Types of Committees:
  1. Audit Committee:Composition: The Committee should consist of non-executive, preferably independent members of the Board of Directors. A majority of members, including the Chairman, should be financially literate. Role of Audit Committee:
    1. The Audit Committee should form an impression of the effectiveness of the external audit (the statutory auditors or, if applicable, the group auditors), and the internal audit as well as of their mutual cooperation.
    2. The Audit Committee should additionally assess the quality of the internal control system, including risk management and should have an appreciation of the state of compliance with norms within the company.
    3. The Audit Committee should review the individual and consolidated financial statements as well as the interim statements intended for publication. It should discuss these with the Chief Financial Officer and the head of the internal audit separately, if occasion warrant, with the head of the external audit.
    4. The Audit Committee should decide whether the individual and consolidated financial statements be recommended to the Board of Directors for presentation to the General Shareholders’ Meeting. The Audit Committee should assess the performance and the fees charged by the external auditors and ascertain their independence. It should examine compatibility of the auditing responsibilities with any consulting mandates.
  2. Compensation CommitteeComposition: A majority of the Compensation Committee should consist of non-executive and independent members of the Board of Directors. Role of Compensation Committee:
    1. The Compensation Committee should take care that the company offers an overall package of remuneration, which corresponds to performance and the market, in order to attract and retain persons with the necessary skills and character.
    2. The remuneration should be demonstrably contingent upon sustainable company success and the individual contribution by the person in question. False incentives should be avoided.
    3. The dilution effect caused by share option schemes for senior managers should be minimized and the conditions for exercising options shall not be modified subsequently in favour of the option holders.
    4. Contracts of employment with top managers should contain such provisions on termination of employment as are commensurate with market conditions and which protect the company’s interest.
    5. In case of early termination of a top management contract only such severance compensation should be paid which is either owed due to the contract or which has been negotiated in compatibility with the interests of the company.
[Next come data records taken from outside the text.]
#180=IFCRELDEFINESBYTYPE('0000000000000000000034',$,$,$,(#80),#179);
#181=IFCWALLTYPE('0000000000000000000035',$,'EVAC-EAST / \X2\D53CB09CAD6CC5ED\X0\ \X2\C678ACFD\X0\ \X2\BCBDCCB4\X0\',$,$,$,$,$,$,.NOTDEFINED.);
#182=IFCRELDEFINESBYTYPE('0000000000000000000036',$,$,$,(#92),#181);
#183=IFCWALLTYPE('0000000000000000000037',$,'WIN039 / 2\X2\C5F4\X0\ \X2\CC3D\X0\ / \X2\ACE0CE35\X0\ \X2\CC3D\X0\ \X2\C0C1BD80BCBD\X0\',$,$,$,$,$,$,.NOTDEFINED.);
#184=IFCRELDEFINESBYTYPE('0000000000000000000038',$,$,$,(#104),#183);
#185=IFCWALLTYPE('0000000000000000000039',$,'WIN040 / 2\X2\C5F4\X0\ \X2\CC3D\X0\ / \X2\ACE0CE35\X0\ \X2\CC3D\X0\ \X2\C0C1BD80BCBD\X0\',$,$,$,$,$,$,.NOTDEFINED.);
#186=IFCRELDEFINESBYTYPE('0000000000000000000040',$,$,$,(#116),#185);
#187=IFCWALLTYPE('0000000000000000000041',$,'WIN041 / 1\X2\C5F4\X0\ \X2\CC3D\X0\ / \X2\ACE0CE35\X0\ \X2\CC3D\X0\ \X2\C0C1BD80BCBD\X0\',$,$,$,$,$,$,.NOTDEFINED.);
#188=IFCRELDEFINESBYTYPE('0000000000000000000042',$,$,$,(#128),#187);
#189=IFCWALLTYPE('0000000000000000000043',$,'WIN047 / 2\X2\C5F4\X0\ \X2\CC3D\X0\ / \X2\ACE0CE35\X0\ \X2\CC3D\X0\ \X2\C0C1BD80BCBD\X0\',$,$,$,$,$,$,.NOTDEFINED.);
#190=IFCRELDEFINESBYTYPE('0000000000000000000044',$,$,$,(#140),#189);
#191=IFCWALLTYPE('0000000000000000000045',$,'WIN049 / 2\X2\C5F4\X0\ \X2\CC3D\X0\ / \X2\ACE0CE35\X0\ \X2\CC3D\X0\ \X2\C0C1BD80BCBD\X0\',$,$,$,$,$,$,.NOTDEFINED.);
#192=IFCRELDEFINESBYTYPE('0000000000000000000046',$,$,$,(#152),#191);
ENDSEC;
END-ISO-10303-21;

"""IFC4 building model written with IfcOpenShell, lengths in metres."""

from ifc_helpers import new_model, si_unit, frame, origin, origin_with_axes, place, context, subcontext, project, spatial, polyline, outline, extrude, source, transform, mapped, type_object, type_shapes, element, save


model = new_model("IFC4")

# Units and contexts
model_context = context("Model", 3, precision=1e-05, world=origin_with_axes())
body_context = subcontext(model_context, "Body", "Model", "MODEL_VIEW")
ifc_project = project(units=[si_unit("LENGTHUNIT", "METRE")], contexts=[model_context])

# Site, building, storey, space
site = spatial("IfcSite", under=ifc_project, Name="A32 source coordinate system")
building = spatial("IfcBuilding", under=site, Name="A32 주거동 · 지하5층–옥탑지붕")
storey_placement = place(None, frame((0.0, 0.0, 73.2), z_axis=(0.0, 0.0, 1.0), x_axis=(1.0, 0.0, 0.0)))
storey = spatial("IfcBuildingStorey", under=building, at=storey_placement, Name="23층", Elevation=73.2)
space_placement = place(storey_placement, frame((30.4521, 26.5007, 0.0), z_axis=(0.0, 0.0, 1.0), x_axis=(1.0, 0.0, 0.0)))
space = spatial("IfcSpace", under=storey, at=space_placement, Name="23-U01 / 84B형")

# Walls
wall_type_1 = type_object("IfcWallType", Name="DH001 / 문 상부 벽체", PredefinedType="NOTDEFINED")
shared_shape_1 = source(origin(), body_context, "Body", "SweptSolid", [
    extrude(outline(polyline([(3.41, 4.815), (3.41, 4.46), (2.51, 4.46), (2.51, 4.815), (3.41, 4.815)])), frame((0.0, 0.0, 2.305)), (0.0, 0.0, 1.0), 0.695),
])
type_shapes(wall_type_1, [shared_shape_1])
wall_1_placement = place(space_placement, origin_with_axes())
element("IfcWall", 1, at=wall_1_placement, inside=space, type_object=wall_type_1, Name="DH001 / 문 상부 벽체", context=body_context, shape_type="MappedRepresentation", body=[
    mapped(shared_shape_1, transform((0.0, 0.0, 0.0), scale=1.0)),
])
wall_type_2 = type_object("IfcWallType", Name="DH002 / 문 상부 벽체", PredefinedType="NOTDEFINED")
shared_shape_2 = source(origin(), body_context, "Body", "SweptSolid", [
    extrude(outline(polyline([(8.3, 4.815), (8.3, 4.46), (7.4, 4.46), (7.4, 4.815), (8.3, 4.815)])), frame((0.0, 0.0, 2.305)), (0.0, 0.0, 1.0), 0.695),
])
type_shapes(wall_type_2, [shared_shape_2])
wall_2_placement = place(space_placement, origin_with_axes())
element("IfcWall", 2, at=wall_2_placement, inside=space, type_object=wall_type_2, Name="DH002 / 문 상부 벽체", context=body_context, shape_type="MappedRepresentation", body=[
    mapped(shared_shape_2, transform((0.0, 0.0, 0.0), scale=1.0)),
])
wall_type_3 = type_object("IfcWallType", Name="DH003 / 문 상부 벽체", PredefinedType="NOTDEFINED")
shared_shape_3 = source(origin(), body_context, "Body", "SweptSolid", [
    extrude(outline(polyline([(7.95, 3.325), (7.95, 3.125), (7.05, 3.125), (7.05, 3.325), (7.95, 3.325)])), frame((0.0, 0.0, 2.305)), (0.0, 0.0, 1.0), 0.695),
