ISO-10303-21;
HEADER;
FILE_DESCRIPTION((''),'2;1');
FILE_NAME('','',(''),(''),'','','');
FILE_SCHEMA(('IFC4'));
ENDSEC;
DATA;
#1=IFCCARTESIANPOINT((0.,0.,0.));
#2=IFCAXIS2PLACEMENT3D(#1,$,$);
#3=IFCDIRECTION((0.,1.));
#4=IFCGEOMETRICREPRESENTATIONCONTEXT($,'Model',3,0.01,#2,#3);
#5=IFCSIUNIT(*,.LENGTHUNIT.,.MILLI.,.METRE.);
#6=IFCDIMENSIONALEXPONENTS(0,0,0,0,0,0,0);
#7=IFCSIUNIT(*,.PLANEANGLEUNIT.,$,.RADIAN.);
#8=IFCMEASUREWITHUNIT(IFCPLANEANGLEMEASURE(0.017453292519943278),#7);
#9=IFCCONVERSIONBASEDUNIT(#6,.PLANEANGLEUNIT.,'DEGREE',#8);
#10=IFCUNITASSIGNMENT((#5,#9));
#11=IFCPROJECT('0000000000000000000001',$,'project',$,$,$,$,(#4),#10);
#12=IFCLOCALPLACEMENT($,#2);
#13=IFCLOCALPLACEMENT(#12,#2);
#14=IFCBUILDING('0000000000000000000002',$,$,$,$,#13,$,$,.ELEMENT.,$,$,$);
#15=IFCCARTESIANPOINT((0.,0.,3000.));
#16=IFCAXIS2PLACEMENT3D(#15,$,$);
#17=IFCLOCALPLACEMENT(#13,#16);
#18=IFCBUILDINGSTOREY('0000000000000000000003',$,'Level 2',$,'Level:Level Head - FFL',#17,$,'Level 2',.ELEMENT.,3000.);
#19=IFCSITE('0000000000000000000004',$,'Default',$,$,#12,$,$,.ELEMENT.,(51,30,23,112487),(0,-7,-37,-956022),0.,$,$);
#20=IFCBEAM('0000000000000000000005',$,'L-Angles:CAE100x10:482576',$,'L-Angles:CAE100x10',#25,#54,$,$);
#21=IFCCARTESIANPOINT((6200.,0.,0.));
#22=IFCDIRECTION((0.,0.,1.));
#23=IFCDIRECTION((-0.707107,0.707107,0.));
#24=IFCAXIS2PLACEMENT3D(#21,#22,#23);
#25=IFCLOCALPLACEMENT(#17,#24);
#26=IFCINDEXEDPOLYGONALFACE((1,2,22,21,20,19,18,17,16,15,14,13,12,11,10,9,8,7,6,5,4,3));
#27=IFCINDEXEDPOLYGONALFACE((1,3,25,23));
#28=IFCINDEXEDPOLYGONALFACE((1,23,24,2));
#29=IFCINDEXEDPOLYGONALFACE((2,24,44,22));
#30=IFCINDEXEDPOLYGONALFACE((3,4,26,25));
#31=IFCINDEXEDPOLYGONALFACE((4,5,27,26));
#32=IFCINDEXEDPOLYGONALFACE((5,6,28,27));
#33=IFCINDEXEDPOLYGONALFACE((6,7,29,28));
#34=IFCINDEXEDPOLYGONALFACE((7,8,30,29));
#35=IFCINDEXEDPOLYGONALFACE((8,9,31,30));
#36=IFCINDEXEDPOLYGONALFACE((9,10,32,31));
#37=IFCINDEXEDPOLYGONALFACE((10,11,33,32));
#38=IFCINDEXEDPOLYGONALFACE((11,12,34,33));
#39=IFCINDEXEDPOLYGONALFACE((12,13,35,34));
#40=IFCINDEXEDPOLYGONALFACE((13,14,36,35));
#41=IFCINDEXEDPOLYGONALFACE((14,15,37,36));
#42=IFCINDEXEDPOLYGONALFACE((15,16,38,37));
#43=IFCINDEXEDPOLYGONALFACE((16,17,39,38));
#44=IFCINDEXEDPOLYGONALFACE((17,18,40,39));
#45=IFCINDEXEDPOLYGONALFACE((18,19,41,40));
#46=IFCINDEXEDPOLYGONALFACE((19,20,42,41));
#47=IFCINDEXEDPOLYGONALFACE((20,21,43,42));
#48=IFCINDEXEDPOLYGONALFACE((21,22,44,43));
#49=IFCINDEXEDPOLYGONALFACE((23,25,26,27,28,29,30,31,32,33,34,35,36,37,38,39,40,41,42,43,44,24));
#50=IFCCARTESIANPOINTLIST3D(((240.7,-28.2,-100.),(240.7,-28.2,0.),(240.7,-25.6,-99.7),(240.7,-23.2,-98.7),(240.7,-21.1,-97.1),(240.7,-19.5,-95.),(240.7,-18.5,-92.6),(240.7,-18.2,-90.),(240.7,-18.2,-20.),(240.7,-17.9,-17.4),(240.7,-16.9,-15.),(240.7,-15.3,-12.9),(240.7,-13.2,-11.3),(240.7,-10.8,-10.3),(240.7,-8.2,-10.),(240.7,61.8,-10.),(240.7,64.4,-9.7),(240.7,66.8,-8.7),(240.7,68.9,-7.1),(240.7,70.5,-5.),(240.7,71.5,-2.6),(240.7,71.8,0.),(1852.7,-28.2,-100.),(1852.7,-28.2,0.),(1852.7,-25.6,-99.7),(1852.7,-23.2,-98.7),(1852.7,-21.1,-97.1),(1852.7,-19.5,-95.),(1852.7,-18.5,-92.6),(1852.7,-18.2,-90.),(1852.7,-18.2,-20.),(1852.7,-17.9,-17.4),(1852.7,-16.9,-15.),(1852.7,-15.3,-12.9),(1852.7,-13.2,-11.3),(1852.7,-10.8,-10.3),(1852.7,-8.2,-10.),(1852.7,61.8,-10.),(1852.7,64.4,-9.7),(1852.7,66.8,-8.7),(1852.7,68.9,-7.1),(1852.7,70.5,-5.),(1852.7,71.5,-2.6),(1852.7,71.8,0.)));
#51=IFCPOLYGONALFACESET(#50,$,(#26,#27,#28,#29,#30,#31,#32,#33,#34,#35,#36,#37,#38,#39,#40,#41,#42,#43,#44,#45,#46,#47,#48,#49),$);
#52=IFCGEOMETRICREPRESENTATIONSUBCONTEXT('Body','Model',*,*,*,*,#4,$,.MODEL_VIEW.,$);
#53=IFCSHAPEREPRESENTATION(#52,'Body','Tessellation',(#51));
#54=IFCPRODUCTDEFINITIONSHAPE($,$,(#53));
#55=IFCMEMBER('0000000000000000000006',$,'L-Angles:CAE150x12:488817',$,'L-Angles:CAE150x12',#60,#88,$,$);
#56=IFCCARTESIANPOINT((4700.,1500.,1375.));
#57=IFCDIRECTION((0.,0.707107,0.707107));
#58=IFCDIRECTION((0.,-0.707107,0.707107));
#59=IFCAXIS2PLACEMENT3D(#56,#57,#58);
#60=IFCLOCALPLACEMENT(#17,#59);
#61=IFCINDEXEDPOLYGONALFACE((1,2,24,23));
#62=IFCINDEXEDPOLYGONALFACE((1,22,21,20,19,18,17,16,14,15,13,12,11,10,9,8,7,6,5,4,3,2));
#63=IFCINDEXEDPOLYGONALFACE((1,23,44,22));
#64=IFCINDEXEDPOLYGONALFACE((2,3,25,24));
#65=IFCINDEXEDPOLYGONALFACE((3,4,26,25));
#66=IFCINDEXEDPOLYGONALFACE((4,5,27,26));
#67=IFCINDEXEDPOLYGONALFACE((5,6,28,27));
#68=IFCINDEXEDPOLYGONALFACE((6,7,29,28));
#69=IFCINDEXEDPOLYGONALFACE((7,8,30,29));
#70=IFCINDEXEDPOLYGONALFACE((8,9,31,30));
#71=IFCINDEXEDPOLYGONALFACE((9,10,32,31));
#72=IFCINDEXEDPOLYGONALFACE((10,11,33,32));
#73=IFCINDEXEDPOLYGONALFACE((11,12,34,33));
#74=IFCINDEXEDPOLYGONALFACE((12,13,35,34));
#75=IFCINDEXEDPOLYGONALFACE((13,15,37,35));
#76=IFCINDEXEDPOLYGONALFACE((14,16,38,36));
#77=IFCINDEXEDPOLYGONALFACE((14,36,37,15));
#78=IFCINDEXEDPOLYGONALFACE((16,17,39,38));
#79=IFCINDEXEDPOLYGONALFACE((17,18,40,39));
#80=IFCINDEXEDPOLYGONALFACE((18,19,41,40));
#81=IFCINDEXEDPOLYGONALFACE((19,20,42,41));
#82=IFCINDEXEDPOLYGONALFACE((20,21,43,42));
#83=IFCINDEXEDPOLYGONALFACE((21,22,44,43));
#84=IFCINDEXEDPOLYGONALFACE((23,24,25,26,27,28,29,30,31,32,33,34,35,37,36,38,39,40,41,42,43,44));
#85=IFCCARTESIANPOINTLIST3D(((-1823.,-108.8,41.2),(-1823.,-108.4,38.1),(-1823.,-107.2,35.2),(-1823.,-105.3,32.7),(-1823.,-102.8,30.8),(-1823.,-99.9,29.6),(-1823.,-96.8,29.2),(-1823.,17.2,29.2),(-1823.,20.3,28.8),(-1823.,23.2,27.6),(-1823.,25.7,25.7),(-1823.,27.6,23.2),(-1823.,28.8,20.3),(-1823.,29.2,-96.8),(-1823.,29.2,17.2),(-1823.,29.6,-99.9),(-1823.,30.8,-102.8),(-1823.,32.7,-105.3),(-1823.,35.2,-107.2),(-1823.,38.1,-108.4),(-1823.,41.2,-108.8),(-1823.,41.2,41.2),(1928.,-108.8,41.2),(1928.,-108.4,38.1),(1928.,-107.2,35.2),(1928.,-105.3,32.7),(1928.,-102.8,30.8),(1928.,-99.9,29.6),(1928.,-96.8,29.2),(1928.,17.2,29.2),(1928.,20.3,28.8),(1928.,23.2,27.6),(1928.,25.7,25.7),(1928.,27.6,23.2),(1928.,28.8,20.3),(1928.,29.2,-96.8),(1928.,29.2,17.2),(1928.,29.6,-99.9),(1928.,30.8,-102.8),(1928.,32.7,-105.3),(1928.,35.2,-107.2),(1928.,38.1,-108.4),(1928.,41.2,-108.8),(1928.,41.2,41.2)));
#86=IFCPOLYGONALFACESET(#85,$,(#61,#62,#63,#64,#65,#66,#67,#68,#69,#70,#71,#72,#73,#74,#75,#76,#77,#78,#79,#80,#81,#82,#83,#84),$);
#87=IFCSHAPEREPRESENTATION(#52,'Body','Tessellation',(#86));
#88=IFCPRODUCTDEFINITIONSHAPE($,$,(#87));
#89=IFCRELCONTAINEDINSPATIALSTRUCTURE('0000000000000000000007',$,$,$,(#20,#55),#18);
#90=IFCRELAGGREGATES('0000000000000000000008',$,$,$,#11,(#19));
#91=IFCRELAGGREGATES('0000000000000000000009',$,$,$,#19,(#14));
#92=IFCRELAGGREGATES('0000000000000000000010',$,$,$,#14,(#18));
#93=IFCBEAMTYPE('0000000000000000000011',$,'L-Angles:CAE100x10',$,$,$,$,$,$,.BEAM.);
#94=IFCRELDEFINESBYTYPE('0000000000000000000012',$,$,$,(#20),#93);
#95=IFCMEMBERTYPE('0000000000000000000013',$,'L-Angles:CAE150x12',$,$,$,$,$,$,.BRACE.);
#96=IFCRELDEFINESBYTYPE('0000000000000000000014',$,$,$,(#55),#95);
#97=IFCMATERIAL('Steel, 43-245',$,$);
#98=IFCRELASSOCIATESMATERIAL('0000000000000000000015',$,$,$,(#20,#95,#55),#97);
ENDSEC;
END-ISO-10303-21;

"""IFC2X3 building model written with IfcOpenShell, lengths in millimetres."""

from ifc_helpers import new_model, entity, si_unit, converted_unit, direction, frame, frame_2d, origin, place, context, subcontext, project, spatial, polyline, circle_curve, parameter, trimmed, segment, composite_curve, outline, extrude, source, transform, mapped, material, type_object, type_shapes, element, save


model = new_model("IFC2X3")

# Units and contexts
model_context = context("Model", 3, precision=0.01, world=origin(), true_north=direction((0.0, 1.0)))
body_context = subcontext(model_context, "Body", "Model", "MODEL_VIEW")
ifc_project = project(units=[si_unit("LENGTHUNIT", "METRE", prefix="MILLI"), converted_unit("PLANEANGLEUNIT", "DEGREE", entity("IfcPlaneAngleMeasure", 0.017453292519943278), si_unit("PLANEANGLEUNIT", "RADIAN"), dimensions=[0, 0, 0, 0, 0, 0, 0])], contexts=[model_context])

# Site, building, storey
site_placement = place(None, origin())
site = spatial("IfcSite", under=ifc_project, at=site_placement, Name="Default", CompositionType="ELEMENT", RefLatitude=(51, 30, 23, 112487), RefLongitude=(0, -7, -37, -956022), RefElevation=0.0)
building_placement = place(site_placement, origin())
building = spatial("IfcBuilding", under=site, at=building_placement, CompositionType="ELEMENT")
storey_placement = place(building_placement, frame((0.0, 0.0, 3000.0)))
storey = spatial("IfcBuildingStorey", under=building, at=storey_placement, Name="Level 2", ObjectType="Level:Level Head - FFL", LongName="Level 2", CompositionType="ELEMENT", Elevation=3000.0)

# Beam
ifc_material = material(Name="Steel, 43-245")
beam_type_1 = type_object("IfcBeamType", Name="L-Angles:CAE100x10", PredefinedType="BEAM")
beam_1_placement = place(storey_placement, frame((6200.0, 0.0, 0.0), z_axis=(0.0, 0.0, 1.0), x_axis=(-0.707107, 0.707107, 0.0)))
element("IfcBeam", 1, at=beam_1_placement, inside=storey, type_object=beam_type_1, material=ifc_material, Name="L-Angles:CAE100x10:482576", ObjectType="L-Angles:CAE100x10", context=body_context, shape_type="SweptSolid", body=[
    extrude(outline(composite_curve([segment(polyline([(-32.9, -32.9), (67.1, -32.9)]), True, "CONTINUOUS"), segment(trimmed(circle_curve(frame_2d((57.1, -32.9), x_axis=(1.0, 0.0)), 10.0), [parameter(0.0)], [parameter(90.0)], True, "PARAMETER"), True, "CONTINUOUS"), segment(polyline([(57.1, -22.9), (-12.9, -22.9)]), True, "CONTINUOUS"), segment(trimmed(circle_curve(frame_2d((-12.9, -12.9), x_axis=(0.0, -1.0)), 10.0), [parameter(270.0)], [parameter(0.0)], True, "PARAMETER"), False, "CONTINUOUS"), segment(polyline([(-22.9, -12.9), (-22.9, 57.1)]), True, "CONTINUOUS"), segment(trimmed(circle_curve(frame_2d((-32.9, 57.1), x_axis=(1.0, 0.0)), 10.0), [parameter(0.0)], [parameter(90.0)], True, "PARAMETER"), True, "CONTINUOUS"), segment(polyline([(-32.9, 67.1), (-32.9, -32.9)]), True, "CONTINUOUS")], self_intersect=False)), frame((240.7, 4.7, -32.9), z_axis=(1.0, 0.0, 0.0), x_axis=(0.0, 0.0, -1.0)), (0.0, 0.0, 1.0), 1612.0),
])

# Member
member_type = type_object("IfcMemberType", Name="L-Angles:CAE150x12", PredefinedType="BRACE", material=ifc_material)
shared_shape = source(origin(), body_context, "Body", "SweptSolid", [
    extrude(outline(composite_curve([segment(polyline([(-102.0, -48.0), (48.0, -48.0)]), True, "CONTINUOUS"), segment(polyline([(48.0, -48.0), (48.0, 102.0)]), True, "CONTINUOUS"), segment(trimmed(circle_curve(frame_2d((48.0, 90.0), x_axis=(0.0, 1.0)), 12.0), [parameter(0.0)], [parameter(90.0)], True, "PARAMETER"), True, "CONTINUOUS"), segment(polyline([(36.0, 90.0), (36.0, -24.0)]), True, "CONTINUOUS"), segment(trimmed(circle_curve(frame_2d((24.0, -24.0), x_axis=(1.0, 0.0)), 12.0), [parameter(270.0)], [parameter(0.0)], True, "PARAMETER"), False, "CONTINUOUS"), segment(polyline([(24.0, -36.0), (-90.0, -36.0)]), True, "CONTINUOUS"), segment(trimmed(circle_curve(frame_2d((-90.0, -48.0), x_axis=(0.0, 1.0)), 12.0), [parameter(0.0)], [parameter(90.0)], True, "PARAMETER"), True, "CONTINUOUS")], self_intersect=False)), frame((-1823.0, -6.8, -6.8), z_axis=(1.0, 0.0, 0.0), x_axis=(0.0, 0.0, 1.0)), (0.0, 0.0, 1.0), 3751.0),
])
type_shapes(member_type, [shared_shape])
member_placement = place(storey_placement, frame((4700.0, 1500.0, 1375.0), z_axis=(0.0, 0.707107, 0.707107), x_axis=(0.0, -0.707107, 0.707107)))
element("IfcMember", 2, at=member_placement, inside=storey, type_object=member_type, material=ifc_material, Name="L-Angles:CAE150x12:488817", ObjectType="L-Angles:CAE150x12", context=body_context, shape_type="MappedRepresentation", body=[
    mapped(shared_shape, transform((0.0, 0.0, 0.0), scale=1.0)),
])

save(model, "model.ifc")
  3. Nomination CommitteeComposition: As a general practice, the majority of the Nomination Committee should consist of non-executive and independent members from the Board of Directors. Role of Nomination Committee:
    1. The Nomination Committee should lay down the principles for the selection of candidates for election or re-election to the Board of Directors and prepare a list of selection in accordance with these criteria.
    2. The Nomination Committee may also be assigned responsibilities in connection with the selection and assessment of candidates for top management.
Conclusion: The legal basis for Swiss code of Best Practice for Corporate Governance is Disclosure (comply or explain) and the objective is to improve self-regulation and provide recommendations on structuring the remuneration system. It can be observed that the Swiss code has some marked similarities with that of the Corporate Governance standards followed in India as prescribed by SEBI.